## The problem
From the entries below, copy each line in which the word "IFCCARTESIANPOINT" occurs.

(Data excerpts Opens)

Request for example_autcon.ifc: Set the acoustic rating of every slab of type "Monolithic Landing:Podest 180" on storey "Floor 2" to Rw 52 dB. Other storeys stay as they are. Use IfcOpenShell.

First a look at what the model holds.

```python
import ifcopenshell
import ifcopenshell.util.element

model = ifcopenshell.open("example_autcon.ifc")
print(model.schema)
storey = next(s for s in model.by_type("IfcBuildingStorey") if s.Name == "Floor 2")
slabs = [e for e in ifcopenshell.util.element.get_decomposition(storey) if e.is_a("IfcSlab")]
seen = {}
for e in slabs:
    element_type = ifcopenshell.util.element.get_type(e)
    key = (element_type.Name if element_type != e and element_type else None, ifcopenshell.util.element.get_pset(e, "Pset_SlabCommon", "AcousticRating"))
    seen[key] = seen.get(key, 0) + 1
for (name, value), count in sorted(seen.items(), key=str):
    print(count, "x", name, "|", value)
```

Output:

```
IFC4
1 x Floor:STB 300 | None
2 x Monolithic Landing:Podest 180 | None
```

```python
import ifcopenshell
import ifcopenshell.api.pset
import ifcopenshell.util.element

model = ifcopenshell.open("example_autcon.ifc")

storey = next(s for s in model.by_type("IfcBuildingStorey") if s.Name == "Floor 2")
slabs = [e for e in ifcopenshell.util.element.get_decomposition(storey) if e.is_a("IfcSlab")]

count = 0
for e in slabs:
    element_type = ifcopenshell.util.element.get_type(e)
    if element_type in (None, e) or element_type.Name != "Monolithic Landing:Podest 180":
        continue
    # add_pset returns the element's existing set when there is one.
    pset = ifcopenshell.api.pset.add_pset(model, product=e, name="Pset_SlabCommon")
    ifcopenshell.api.pset.edit_pset(model, pset=pset, properties={"AcousticRating": "Rw 52 dB"})
    count += 1

print(count, "slabs updated")

model.write("example_autcon_edited.ifc")
```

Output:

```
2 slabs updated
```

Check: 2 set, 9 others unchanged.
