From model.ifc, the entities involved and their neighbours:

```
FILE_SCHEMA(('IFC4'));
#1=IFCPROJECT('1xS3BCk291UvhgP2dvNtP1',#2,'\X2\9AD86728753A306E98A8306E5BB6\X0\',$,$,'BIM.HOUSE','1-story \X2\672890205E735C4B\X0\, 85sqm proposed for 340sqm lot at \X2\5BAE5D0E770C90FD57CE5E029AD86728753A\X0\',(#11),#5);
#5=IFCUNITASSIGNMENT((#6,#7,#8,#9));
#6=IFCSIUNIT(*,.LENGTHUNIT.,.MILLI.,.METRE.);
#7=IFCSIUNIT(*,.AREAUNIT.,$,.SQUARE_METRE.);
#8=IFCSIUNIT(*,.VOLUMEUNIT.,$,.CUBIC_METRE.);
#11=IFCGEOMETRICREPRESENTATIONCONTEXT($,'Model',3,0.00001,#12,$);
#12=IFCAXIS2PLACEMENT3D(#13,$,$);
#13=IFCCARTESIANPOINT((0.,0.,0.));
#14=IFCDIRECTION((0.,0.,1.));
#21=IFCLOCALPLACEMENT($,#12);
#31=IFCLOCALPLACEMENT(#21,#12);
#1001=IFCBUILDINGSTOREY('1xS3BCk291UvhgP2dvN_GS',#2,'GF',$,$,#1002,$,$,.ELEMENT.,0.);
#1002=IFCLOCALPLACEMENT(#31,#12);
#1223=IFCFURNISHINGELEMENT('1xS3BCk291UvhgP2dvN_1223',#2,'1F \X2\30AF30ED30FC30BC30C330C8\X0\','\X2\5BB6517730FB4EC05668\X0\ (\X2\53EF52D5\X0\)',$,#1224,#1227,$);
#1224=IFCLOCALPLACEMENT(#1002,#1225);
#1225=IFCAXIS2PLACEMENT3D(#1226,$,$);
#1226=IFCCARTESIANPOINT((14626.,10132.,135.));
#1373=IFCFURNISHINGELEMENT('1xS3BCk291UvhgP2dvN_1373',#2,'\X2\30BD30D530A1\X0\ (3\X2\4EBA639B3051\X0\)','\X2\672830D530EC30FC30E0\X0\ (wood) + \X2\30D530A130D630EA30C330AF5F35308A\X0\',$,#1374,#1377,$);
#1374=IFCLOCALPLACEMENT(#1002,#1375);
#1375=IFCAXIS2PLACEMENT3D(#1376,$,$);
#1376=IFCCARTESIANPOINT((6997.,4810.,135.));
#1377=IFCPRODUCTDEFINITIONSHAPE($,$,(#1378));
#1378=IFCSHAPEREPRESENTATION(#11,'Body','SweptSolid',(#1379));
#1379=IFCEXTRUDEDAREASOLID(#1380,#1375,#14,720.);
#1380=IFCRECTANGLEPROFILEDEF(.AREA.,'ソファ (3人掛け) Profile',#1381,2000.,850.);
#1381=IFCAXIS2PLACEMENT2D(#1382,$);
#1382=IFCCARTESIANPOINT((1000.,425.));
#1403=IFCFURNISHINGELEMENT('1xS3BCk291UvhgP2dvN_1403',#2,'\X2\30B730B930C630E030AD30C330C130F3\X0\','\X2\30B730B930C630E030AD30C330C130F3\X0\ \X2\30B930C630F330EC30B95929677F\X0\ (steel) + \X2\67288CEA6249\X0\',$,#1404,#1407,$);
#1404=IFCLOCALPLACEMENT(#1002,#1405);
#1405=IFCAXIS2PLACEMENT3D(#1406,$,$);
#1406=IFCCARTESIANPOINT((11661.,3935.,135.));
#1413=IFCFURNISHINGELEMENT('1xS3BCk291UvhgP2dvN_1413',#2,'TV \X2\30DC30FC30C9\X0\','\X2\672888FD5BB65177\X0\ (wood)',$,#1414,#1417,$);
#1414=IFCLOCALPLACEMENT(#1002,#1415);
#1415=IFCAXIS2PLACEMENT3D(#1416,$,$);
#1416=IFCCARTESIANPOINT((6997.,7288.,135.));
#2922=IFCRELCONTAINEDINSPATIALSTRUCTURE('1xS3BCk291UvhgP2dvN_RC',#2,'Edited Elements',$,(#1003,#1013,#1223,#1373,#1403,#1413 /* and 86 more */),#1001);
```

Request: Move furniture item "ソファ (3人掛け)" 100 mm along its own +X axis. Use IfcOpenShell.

```python
import ifcopenshell
import ifcopenshell.api.geometry
import ifcopenshell.util.placement
import ifcopenshell.util.unit

model = ifcopenshell.open("model.ifc")
unit_scale = ifcopenshell.util.unit.calculate_unit_scale(model)

item = model.by_id(1373)
matrix = ifcopenshell.util.placement.get_local_placement(item.ObjectPlacement)
matrix[:3, 3] += matrix[:3, 0] * 0.1 / unit_scale
ifcopenshell.api.geometry.edit_object_placement(model, product=item, matrix=matrix, is_si=False)

print(ifcopenshell.util.placement.get_local_placement(item.ObjectPlacement).round(3) + 0.0)

model.write("model_updated.ifc")
```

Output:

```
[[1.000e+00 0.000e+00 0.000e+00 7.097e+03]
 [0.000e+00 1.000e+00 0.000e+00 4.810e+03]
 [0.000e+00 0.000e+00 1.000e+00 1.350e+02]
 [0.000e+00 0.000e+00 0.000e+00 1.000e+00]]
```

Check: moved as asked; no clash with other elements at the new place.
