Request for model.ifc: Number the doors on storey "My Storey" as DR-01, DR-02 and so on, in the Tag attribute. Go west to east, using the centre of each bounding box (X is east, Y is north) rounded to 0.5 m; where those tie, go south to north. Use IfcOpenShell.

First a look at what the model holds.

```python
import ifcopenshell
import ifcopenshell.util.element
import ifcopenshell.util.placement

model = ifcopenshell.open("model.ifc")
print(model.schema)
storey = next(s for s in model.by_type("IfcBuildingStorey") if s.Name == "My Storey")
doors = [e for e in ifcopenshell.util.element.get_decomposition(storey) if e.is_a("IfcDoor")]
for e in sorted(doors, key=lambda e: e.id()):
    origin = ifcopenshell.util.placement.get_local_placement(e.ObjectPlacement)[:3, 3]
    print(e.id(), e.Tag, e.Name, origin.round(2) + 0.0, sep=" | ")
```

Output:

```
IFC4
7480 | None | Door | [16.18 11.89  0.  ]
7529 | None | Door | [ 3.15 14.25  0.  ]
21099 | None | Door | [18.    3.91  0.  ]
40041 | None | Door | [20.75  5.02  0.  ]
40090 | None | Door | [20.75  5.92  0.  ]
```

```python
import ifcopenshell
import ifcopenshell.geom
import ifcopenshell.util.element
import ifcopenshell.util.shape

model = ifcopenshell.open("model.ifc")
settings = ifcopenshell.geom.settings()
settings.set("use-world-coords", True)


def centre(element):
    shape = ifcopenshell.geom.create_shape(settings, element)
    return ifcopenshell.util.shape.get_bbox_centroid(shape.geometry)


storey = next(s for s in model.by_type("IfcBuildingStorey") if s.Name == "My Storey")
doors = [e for e in ifcopenshell.util.element.get_decomposition(storey) if e.is_a("IfcDoor")]

# Insertion points can sit at a corner or the storey origin, so sort by the geometry (in metres).
centres = {e: centre(e) for e in doors}
doors.sort(key=lambda e: (round(centres[e][0] / 0.5), centres[e][1]))

for i, e in enumerate(doors, start=1):
    number = f"DR-{i:02d}"
    e.Tag = number
    print(e.id(), number)

model.write("model_rev.ifc")
```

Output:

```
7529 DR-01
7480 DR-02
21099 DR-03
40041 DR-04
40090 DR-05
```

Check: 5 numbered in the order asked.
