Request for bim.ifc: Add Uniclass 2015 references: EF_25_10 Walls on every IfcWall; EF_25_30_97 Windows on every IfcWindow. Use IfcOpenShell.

First a look at what the model holds.

```python
import ifcopenshell

model = ifcopenshell.open("bim.ifc")
print(model.schema)
print("classifications:", [c.Name for c in model.by_type("IfcClassification")])
for ifc_class in ("IfcDoor", "IfcRoof", "IfcStair", "IfcWall", "IfcWindow"):
    print(ifc_class, len(model.by_type(ifc_class)))
```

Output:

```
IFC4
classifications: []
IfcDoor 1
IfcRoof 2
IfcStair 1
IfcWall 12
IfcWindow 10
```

```python
import ifcopenshell
import ifcopenshell.api.classification

model = ifcopenshell.open("bim.ifc")

system = ifcopenshell.api.classification.add_classification(model, classification="Uniclass 2015")

codes = {
    "IfcWall": ("EF_25_10", "Walls"),
    "IfcWindow": ("EF_25_30_97", "Windows"),
}
for ifc_class, (code, name) in codes.items():
    products = model.by_type(ifc_class)
    ifcopenshell.api.classification.add_reference(
        model, products=products, classification=system, identification=code, name=name
    )
    print(code, len(products))

model.write("bim_v2.ifc")
```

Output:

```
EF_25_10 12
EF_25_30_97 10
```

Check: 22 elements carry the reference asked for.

(Data excerpts Closes)

## Task response
#13=IFCCARTESIANPOINT((0.,0.,0.));
#1226=IFCCARTESIANPOINT((14626.,10132.,135.));
#1376=IFCCARTESIANPOINT((6997.,4810.,135.));
#1382=IFCCARTESIANPOINT((1000.,425.));
#1406=IFCCARTESIANPOINT((11661.,3935.,135.));
#1416=IFCCARTESIANPOINT((6997.,7288.,135.));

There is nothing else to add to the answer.